Value of Information: A Framework for Human-Agent Communication
Yijiang River Dong, Tiancheng Hu, Zheng Hui, Caiqi Zhang, Ivan Vulić, Andreea Bobu, Nigel Collier
TL;DR
The paper tackles the problem of underspecified user requests in autonomous LLM agents by introducing a decision-theoretic framework based on the Value of Information (VoI). It formalizes Clarify-or-Commit as a sequential decision process and provides an inference-time VoI method that estimates belief distributions, simulates user responses, and selects queries only when the expected downstream utility gain justifies the communication cost, all without hyperparameter tuning. The approach is instantiated with LLMs and validated across four domains—20 Questions, medical diagnosis, flight booking, and e-commerce—showing that VoI consistently matches or exceeds manually tuned baselines, with notable gains in high-cost settings (up to 1.36 utility points).

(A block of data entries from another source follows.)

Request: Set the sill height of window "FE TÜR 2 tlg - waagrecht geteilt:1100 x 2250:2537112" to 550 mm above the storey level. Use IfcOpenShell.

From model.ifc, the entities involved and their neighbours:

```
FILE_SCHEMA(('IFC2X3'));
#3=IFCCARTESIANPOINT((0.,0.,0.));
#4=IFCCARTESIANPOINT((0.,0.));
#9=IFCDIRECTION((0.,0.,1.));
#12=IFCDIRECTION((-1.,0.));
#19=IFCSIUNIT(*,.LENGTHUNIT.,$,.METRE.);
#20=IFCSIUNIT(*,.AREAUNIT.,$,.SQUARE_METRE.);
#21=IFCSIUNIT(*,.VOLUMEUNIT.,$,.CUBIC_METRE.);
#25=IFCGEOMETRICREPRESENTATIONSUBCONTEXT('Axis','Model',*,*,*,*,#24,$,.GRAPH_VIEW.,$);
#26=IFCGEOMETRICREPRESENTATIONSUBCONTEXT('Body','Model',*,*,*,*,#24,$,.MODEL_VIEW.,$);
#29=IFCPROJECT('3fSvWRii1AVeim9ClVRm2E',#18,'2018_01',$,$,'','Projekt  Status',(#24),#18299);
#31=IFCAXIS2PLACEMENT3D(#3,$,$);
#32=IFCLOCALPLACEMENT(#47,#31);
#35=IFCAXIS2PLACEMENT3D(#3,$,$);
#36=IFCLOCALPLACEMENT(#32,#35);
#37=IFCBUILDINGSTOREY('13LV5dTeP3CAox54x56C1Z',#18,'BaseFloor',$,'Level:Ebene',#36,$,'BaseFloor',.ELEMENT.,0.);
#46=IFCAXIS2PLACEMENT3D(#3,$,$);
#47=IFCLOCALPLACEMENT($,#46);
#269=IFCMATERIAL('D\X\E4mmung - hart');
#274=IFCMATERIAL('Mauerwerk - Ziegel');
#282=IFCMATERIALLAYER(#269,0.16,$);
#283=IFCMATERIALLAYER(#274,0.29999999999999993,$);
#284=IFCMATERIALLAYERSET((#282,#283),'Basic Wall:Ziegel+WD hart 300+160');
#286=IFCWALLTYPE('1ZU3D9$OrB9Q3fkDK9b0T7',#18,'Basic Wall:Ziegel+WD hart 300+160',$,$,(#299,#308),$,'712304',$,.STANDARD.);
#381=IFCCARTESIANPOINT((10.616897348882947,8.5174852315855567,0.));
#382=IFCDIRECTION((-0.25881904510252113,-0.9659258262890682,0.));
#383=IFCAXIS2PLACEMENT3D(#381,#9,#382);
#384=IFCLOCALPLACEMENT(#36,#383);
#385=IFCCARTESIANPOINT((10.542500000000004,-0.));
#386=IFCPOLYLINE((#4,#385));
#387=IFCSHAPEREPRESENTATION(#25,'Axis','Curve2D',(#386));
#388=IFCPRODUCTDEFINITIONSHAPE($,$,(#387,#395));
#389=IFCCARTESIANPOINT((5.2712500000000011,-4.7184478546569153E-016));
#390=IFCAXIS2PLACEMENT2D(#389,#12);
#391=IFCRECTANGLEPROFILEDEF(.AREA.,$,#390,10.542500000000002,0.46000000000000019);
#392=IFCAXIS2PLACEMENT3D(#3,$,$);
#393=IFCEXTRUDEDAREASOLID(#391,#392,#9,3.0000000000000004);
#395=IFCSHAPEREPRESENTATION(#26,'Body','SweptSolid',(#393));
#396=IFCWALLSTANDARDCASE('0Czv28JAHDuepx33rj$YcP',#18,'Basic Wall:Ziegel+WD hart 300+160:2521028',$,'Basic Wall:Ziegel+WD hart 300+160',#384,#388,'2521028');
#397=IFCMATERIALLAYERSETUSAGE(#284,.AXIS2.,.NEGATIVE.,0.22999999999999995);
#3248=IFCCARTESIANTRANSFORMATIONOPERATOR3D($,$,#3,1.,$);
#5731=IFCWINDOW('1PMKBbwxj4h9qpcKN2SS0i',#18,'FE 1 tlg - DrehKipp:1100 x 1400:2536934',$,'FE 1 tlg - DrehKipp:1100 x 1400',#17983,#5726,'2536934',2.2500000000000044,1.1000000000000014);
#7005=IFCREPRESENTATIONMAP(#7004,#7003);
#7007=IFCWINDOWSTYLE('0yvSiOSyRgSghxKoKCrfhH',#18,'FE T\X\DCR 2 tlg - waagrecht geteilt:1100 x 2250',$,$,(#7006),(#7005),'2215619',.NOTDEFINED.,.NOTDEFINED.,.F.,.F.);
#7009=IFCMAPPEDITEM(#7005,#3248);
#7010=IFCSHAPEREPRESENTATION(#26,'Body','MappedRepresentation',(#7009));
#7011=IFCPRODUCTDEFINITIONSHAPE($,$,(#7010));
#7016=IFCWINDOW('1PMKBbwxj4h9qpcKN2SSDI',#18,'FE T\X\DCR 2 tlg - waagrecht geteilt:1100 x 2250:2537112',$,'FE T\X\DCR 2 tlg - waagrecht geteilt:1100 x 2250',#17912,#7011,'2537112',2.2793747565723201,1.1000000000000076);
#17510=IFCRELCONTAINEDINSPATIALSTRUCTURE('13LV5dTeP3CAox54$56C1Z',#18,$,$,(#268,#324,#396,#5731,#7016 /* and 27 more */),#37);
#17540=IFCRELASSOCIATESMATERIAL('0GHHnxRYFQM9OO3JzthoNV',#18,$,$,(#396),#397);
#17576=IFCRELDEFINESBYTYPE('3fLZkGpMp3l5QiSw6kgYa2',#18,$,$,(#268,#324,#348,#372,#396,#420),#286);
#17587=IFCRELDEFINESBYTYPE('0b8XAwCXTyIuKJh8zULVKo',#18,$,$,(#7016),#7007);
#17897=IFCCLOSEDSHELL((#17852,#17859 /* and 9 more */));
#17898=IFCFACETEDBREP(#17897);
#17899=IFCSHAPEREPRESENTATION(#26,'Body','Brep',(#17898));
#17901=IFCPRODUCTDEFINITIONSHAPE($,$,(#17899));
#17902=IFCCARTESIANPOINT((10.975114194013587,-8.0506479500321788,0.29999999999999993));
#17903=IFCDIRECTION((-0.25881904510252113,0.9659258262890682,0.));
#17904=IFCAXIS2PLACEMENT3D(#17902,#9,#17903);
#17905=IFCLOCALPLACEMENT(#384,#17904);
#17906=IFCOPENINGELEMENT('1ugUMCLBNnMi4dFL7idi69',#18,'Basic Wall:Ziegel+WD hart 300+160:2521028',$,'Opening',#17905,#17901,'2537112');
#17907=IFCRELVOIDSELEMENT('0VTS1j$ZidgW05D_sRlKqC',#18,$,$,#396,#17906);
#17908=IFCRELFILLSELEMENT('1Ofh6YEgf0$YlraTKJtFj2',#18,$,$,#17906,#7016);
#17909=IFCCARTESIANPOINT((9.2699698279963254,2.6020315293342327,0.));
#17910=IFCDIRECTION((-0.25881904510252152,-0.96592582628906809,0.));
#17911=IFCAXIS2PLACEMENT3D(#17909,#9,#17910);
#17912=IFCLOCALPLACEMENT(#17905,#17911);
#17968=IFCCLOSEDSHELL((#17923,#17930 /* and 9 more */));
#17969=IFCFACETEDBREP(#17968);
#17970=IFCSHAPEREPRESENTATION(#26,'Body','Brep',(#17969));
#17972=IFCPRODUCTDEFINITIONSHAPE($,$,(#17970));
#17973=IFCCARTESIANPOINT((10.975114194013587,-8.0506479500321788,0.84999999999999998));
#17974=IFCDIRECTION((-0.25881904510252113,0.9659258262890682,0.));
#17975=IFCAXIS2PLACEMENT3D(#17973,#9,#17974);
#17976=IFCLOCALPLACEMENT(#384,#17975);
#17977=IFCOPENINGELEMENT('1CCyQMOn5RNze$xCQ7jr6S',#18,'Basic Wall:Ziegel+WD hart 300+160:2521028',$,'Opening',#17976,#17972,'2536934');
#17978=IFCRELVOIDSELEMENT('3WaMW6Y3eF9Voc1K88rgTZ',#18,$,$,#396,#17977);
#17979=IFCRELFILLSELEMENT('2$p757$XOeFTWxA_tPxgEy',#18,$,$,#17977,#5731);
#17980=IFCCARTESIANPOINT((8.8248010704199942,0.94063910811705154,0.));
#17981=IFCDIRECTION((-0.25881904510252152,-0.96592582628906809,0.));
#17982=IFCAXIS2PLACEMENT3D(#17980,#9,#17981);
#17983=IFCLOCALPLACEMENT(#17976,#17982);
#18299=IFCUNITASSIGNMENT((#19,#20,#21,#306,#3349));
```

```python
import numpy as np
import ifcopenshell
import ifcopenshell.api.geometry
import ifcopenshell.geom
import ifcopenshell.util.element
import ifcopenshell.util.placement
import ifcopenshell.util.shape
import ifcopenshell.util.unit

model = ifcopenshell.open("model.ifc")
unit_scale = ifcopenshell.util.unit.calculate_unit_scale(model)

window = model.by_id(7016)
opening = window.FillsVoids[0].RelatingOpeningElement
storey = ifcopenshell.util.element.get_container(window, ifc_class="IfcBuildingStorey")
level = ifcopenshell.util.placement.get_local_placement(storey.ObjectPlacement)[2, 3]

# The opening's origin need not be at the sill, so measure its lowest point.
shape = ifcopenshell.geom.create_shape(ifcopenshell.geom.settings(), opening)
bottom = ifcopenshell.util.shape.get_shape_bottom_elevation(shape, shape.geometry) / unit_scale
dz = level + 0.55 / unit_scale - bottom

shift = np.array([0.0, 0.0, dz])
# The window is placed relative to its opening, so it follows when the opening moves.
matrix = ifcopenshell.util.placement.get_local_placement(opening.ObjectPlacement)
matrix[:3, 3] += shift
ifcopenshell.api.geometry.edit_object_placement(
    model, product=opening, matrix=matrix, is_si=False, should_transform_children=True
)

print(f"moved by {dz * unit_scale:+.3f} m")

model.write("model_edited.ifc")
```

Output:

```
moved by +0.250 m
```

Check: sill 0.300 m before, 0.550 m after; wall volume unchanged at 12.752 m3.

The work demonstrates a practical foundation for adaptive human–AI collaboration, balancing task risk, query ambiguity, and user effort, and it highlights implications for safer, more efficient interaction and future extensions to fully open-ended dialogue.
Abstract
Large Language Model (LLM) agents deployed for real-world tasks face a fundamental dilemma: user requests are underspecified, yet agents must decide whether to act on incomplete information or interrupt users for clarification. Existing approaches either rely on brittle confidence thresholds that require task-specific tuning, or fail to account for the varying stakes of different decisions. We introduce a decision-theoretic framework that resolves this trade-off through the Value of Information (VoI), enabling agents to dynamically weigh the expected utility gain from asking questions against the cognitive cost imposed on users. Our inference-time method requires no hyperparameter tuning and adapts seamlessly across contexts-from casual games to medical diagnosis. Experiments across four diverse domains (20 Questions, medical diagnosis, flight booking, and e-commerce) show that VoI consistently matches or exceeds the best manually-tuned baselines, achieving up to 1.36 utility points higher in high-cost settings. This work provides a parameter-free framework for adaptive agent communication that explicitly balances task risk, query ambiguity, and user effort.